The artist Paul-Marc-Joseph Chenavard, judging by the fragmentary descriptions of his character which are available, was a most unusual man. He exhibited so little that he was hardly known to the public, and to the majority of Parisian artists, but Delacroix, Baudelaire, Charles Blanc, Gautier, Théophilc Silvestre, and later Courbet counted him as a friend, taking keen pleasure in his conversation. He possessed an immense fund of information backed by a memory so perfect that he quoted continually from a wide variety of sources. Imaginative, pessimistic, quixotic, he was the source of an endless sequence of unusual ideas which delighted and entertained his intimates. Baudelaire wrote that there was no one with whom Delacroix loved so much to talk, in spite of the fact that the two were seldom, if ever, in agreement.

‘Palingenesis’, the cartoon for one of the proposed paintings for the Pantheon

The one project that would have made his work famous never happened. In April 1848 the new French revolutionary government signed a decree awarding the gigantic task of decorating the Pantheon in Paris, the new ‘people’s temple’,  to ‘Citizen Chenavard’, the mysterious and almost unknown artist from Lyon, who had contrived a scheme for 62 paintings depicting the development of human knowledge. Thus was begun one of the most bizarre and ill-fated enterprises in the history of western art. Had this panorama of human destiny been installed, it could not thereafter have failed to attract the attention of the learned, while simply mystifying the casual spectator. Instead, its forgotten fragments lie rolled up in the basement of the Musée des Beaux-Arts in Lyon, while the name of its author can scarcely be found in any of the innumerable histories of nineteenth century French art. Only an accident of history prevented its being placed in its intended location, the accident of the return of the building to the Catholic Church at the time of the coup d’état of 1851. Its substance was far too unorthodox, not to say heretical, for acceptance by the clergy. When in 1885 St Genevieve once more became the Pantheon, Chenavard was too old and angry to take up the task again.

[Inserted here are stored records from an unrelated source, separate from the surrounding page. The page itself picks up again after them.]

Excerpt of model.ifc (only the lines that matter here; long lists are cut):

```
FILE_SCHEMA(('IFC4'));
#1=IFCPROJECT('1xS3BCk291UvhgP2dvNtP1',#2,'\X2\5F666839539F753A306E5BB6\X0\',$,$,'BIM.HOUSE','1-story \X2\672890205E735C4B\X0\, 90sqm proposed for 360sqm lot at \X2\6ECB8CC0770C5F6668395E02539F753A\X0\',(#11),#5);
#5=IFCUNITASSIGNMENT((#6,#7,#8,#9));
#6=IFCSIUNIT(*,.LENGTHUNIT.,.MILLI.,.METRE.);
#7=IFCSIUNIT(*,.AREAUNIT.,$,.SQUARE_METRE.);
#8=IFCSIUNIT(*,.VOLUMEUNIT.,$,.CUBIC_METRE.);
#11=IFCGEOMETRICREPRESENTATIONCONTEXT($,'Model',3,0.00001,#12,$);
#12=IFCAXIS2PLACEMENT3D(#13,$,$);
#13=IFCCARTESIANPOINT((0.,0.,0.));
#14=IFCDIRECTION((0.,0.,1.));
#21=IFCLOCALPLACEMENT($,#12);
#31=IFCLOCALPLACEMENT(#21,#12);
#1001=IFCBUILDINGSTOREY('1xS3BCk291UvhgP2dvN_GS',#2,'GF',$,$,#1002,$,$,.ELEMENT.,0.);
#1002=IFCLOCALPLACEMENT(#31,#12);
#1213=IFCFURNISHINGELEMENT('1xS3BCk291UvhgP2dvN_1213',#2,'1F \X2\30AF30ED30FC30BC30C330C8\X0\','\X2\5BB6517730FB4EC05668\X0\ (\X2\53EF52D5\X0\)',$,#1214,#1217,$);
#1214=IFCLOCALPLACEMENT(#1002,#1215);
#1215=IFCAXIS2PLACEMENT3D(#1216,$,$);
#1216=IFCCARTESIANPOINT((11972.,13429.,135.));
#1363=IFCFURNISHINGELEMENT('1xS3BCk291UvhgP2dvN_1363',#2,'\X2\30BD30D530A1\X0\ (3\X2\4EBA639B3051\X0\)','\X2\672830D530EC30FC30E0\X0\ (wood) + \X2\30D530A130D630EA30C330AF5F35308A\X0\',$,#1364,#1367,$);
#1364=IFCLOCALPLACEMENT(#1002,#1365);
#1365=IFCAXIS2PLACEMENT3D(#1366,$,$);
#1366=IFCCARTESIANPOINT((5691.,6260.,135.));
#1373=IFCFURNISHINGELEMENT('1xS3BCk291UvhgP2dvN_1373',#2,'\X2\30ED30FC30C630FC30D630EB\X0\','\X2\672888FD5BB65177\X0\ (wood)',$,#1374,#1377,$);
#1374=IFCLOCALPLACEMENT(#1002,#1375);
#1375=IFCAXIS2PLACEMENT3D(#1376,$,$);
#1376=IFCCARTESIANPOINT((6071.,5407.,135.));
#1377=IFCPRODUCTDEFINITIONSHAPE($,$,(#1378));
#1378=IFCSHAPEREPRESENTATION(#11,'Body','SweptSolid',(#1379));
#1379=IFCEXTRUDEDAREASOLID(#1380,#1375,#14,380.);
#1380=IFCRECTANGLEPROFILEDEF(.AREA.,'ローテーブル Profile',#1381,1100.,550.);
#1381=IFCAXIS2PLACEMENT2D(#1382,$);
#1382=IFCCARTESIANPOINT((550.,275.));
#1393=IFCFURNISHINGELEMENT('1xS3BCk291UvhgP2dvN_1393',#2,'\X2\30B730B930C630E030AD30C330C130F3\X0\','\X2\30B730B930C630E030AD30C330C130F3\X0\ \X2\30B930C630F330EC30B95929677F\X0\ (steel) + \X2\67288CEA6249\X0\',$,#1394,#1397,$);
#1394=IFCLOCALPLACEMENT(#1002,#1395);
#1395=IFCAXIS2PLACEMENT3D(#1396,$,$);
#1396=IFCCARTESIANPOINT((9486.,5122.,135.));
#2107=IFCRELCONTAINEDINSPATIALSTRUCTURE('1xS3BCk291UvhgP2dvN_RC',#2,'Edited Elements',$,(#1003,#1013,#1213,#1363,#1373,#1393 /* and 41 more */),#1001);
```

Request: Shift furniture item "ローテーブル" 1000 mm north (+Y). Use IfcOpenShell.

```python
import ifcopenshell
import ifcopenshell.api.geometry
import ifcopenshell.util.placement
import ifcopenshell.util.unit

model = ifcopenshell.open("model.ifc")
unit_scale = ifcopenshell.util.unit.calculate_unit_scale(model)

item = model.by_guid("1xS3BCk291UvhgP2dvN_1373")
matrix = ifcopenshell.util.placement.get_local_placement(item.ObjectPlacement)
matrix[1, 3] += 1 / unit_scale
ifcopenshell.api.geometry.edit_object_placement(model, product=item, matrix=matrix, is_si=False)

print(ifcopenshell.util.placement.get_local_placement(item.ObjectPlacement).round(3) + 0.0)

model.write("model_updated.ifc")
```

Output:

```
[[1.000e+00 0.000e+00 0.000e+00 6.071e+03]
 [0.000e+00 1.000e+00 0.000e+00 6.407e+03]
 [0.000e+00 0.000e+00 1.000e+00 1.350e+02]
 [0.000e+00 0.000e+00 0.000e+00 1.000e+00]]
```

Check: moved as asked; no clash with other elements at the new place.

Though a brilliant thinker and conversationalist. Chenavard the painter lacked both motivation (his inherited wealth meant he never had to earn from his art) and originality. As art critic Joseph Sloane writes, ‘His great defect was not plagiarism, nor even a lack of colour sense, but an overwhelming aesthetic dullness.’ At least the series of erotic paintings rediscovered in the 1970s and attributed to Chenavard in 2017 show that his interests included one interest that was not so dull.